(Beginning of INFORMATION PROVIDED)

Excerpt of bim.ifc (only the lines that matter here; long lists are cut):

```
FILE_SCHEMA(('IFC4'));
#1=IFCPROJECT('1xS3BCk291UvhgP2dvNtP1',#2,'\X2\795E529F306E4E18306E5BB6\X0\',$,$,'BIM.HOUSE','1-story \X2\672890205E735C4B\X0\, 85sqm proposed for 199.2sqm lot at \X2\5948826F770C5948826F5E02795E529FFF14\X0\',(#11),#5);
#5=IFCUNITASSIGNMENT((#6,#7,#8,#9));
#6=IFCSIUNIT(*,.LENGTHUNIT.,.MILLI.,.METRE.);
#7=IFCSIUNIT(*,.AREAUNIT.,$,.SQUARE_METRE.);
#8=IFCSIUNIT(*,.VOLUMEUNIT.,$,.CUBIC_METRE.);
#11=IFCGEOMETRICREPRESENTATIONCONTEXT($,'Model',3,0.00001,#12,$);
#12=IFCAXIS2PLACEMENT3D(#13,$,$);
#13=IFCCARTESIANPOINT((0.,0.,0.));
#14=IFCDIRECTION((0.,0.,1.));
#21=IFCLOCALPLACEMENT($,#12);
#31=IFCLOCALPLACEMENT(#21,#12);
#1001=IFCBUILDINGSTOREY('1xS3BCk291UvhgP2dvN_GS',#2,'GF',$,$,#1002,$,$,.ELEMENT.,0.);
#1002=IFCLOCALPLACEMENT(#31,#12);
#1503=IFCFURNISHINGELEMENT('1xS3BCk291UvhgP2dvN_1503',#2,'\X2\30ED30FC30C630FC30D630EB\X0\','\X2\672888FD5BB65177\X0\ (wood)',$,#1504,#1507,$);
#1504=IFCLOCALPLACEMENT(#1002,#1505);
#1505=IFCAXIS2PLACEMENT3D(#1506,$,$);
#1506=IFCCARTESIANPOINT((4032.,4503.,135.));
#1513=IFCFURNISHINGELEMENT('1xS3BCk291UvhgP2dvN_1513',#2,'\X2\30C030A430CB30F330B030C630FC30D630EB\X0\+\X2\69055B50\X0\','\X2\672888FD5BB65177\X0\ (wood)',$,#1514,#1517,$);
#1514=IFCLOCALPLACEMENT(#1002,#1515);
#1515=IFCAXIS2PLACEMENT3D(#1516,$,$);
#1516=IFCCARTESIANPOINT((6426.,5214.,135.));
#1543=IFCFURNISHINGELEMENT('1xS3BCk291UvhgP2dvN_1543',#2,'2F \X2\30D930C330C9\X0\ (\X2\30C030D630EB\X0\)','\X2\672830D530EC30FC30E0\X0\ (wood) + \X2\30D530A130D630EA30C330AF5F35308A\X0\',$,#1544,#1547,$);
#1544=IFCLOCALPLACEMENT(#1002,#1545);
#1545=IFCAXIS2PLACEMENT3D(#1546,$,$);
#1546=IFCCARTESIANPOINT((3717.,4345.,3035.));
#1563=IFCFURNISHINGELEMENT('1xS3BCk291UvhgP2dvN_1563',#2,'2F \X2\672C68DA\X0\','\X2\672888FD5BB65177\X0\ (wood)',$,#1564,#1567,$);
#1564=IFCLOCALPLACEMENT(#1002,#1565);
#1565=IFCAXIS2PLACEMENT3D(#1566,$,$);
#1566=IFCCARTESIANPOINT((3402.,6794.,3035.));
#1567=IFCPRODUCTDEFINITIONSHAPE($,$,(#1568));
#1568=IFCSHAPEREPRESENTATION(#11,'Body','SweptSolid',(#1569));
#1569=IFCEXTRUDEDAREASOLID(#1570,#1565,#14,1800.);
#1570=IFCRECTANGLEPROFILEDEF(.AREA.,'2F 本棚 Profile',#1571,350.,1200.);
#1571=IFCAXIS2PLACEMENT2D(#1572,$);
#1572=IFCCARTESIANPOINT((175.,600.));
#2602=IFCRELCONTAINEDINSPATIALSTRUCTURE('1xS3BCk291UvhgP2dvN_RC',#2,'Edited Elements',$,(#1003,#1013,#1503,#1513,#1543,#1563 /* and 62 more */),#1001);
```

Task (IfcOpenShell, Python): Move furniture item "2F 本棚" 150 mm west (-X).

```python
import ifcopenshell
import ifcopenshell.api.geometry
import ifcopenshell.util.placement
import ifcopenshell.util.unit

model = ifcopenshell.open("bim.ifc")
unit_scale = ifcopenshell.util.unit.calculate_unit_scale(model)

item = model.by_id(1563)
matrix = ifcopenshell.util.placement.get_local_placement(item.ObjectPlacement)
matrix[0, 3] -= 0.15 / unit_scale
ifcopenshell.api.geometry.edit_object_placement(model, product=item, matrix=matrix, is_si=False)

print(ifcopenshell.util.placement.get_local_placement(item.ObjectPlacement).round(3) + 0.0)

model.write("bim_rev.ifc")
```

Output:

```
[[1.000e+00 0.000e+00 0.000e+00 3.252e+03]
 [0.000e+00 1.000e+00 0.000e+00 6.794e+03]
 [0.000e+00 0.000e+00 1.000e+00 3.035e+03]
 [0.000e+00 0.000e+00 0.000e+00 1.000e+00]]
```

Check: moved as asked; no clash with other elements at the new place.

(End of INFORMATION PROVIDED)

▸ THE TASK: Would you count the lines in the entries that hold "IFCCARTESIANPOINT" and reply with only the count?

▸ OUTPUT OF THE EXERCISE: 6